The task: Below are records; work out how many of their lines contain "Profile" and give only that number.

————————

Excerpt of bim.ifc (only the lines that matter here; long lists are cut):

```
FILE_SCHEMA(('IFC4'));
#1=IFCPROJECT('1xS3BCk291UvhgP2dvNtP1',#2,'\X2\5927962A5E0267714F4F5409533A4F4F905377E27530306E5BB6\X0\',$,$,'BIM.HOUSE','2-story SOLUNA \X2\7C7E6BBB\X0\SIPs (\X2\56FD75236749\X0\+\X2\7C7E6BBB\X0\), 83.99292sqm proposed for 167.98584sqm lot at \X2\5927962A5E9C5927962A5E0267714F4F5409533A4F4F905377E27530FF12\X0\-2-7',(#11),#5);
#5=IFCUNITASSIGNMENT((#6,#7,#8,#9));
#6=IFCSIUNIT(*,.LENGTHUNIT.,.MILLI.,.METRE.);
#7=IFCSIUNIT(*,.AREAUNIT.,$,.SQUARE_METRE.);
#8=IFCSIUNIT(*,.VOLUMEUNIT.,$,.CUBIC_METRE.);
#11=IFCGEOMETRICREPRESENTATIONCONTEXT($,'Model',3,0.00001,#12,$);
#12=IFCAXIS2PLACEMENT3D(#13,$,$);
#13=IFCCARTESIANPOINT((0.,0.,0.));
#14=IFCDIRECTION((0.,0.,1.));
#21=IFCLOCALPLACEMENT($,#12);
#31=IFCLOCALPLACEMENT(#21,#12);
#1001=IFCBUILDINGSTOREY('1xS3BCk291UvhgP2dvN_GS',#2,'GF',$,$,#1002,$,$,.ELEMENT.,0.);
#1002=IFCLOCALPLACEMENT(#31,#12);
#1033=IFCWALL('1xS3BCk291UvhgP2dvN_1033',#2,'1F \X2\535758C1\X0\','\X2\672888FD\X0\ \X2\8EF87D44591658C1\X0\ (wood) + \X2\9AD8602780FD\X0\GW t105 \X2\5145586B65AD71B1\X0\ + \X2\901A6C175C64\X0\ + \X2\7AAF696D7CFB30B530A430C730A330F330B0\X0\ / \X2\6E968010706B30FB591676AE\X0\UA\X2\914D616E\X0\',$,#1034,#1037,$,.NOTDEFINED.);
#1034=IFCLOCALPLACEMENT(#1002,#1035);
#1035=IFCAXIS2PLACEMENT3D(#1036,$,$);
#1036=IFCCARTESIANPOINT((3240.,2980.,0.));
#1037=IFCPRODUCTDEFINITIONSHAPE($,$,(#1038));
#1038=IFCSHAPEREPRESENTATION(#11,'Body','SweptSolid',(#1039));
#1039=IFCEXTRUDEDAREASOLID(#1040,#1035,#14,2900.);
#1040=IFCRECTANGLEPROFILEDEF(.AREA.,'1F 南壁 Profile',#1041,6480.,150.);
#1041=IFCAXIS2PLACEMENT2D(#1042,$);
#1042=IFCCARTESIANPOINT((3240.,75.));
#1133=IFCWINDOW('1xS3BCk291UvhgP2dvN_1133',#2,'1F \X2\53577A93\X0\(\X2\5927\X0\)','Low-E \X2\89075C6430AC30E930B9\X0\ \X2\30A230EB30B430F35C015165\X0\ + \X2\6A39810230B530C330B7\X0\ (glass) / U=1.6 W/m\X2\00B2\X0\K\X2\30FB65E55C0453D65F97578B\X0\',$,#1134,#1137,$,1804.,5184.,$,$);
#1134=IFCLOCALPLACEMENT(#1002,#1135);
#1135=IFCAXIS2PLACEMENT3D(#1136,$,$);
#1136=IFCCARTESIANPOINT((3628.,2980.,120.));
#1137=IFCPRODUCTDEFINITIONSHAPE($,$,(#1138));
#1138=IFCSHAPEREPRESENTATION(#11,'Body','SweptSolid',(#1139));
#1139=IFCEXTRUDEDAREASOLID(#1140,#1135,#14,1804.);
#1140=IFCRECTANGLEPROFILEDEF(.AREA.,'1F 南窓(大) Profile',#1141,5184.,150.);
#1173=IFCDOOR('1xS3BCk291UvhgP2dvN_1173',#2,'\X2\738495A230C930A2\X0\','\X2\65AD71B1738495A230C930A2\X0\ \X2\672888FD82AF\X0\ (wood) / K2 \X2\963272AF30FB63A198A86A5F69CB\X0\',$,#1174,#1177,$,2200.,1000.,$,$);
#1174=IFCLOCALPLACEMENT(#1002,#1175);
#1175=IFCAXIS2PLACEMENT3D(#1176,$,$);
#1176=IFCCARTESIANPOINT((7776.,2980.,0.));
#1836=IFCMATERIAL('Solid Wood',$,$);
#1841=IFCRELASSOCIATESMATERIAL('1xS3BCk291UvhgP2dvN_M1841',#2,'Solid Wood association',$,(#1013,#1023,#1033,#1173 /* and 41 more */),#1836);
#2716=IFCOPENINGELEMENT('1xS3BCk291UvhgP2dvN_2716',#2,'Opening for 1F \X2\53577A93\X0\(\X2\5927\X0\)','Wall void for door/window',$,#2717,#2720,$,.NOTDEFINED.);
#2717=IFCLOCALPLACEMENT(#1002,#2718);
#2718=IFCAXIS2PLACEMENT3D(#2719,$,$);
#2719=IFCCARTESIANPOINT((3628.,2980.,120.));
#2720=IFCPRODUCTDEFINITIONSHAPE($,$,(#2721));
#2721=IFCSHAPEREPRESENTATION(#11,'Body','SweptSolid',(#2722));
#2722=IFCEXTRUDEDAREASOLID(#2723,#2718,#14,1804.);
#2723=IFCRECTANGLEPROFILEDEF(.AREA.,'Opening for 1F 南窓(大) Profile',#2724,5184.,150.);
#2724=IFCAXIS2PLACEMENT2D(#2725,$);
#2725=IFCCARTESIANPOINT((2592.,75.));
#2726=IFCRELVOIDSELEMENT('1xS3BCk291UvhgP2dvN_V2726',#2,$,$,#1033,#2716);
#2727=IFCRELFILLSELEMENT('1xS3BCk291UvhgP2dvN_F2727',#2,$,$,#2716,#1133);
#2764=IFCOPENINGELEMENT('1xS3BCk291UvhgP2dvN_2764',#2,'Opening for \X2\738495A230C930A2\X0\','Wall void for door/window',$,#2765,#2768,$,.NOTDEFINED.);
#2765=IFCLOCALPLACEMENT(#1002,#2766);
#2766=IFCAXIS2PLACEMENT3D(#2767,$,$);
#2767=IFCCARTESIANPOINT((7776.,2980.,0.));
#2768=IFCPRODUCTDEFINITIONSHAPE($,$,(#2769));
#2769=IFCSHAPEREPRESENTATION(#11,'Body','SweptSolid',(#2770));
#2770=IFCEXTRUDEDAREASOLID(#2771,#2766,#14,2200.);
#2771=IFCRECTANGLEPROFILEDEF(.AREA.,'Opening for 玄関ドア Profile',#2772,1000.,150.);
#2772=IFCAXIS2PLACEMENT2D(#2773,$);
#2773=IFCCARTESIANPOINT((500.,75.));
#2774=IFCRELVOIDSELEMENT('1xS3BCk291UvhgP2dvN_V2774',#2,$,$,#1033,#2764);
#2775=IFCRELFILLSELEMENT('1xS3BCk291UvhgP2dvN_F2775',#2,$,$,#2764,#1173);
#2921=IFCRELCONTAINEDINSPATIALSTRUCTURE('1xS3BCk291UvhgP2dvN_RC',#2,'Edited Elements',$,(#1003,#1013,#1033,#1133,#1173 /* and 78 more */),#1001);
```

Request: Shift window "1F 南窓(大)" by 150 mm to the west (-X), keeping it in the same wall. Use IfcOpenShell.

```python
import ifcopenshell
import ifcopenshell.api.geometry
import ifcopenshell.util.placement
import ifcopenshell.util.unit

model = ifcopenshell.open("bim.ifc")
unit_scale = ifcopenshell.util.unit.calculate_unit_scale(model)

window = model.by_id(1133)
opening = window.FillsVoids[0].RelatingOpeningElement
wall = opening.VoidsElements[0].RelatingBuildingElement

wall_matrix = ifcopenshell.util.placement.get_local_placement(wall.ObjectPlacement)
shift = wall_matrix[:3, 0] * -0.15 / unit_scale
before = ifcopenshell.util.placement.get_local_placement(window.ObjectPlacement)[:3, 3].copy()

# The window is not placed relative to its opening, so move both.
for product in (opening, window):
    matrix = ifcopenshell.util.placement.get_local_placement(product.ObjectPlacement)
    matrix[:3, 3] += shift
    ifcopenshell.api.geometry.edit_object_placement(model, product=product, matrix=matrix, is_si=False)

after = ifcopenshell.util.placement.get_local_placement(window.ObjectPlacement)[:3, 3]
print("window moved by", (after - before).round(3) + 0.0)

model.write("bim_v2.ifc")
```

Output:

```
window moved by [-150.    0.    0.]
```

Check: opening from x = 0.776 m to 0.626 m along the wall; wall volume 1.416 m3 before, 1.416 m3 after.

————————

Exercise output: 4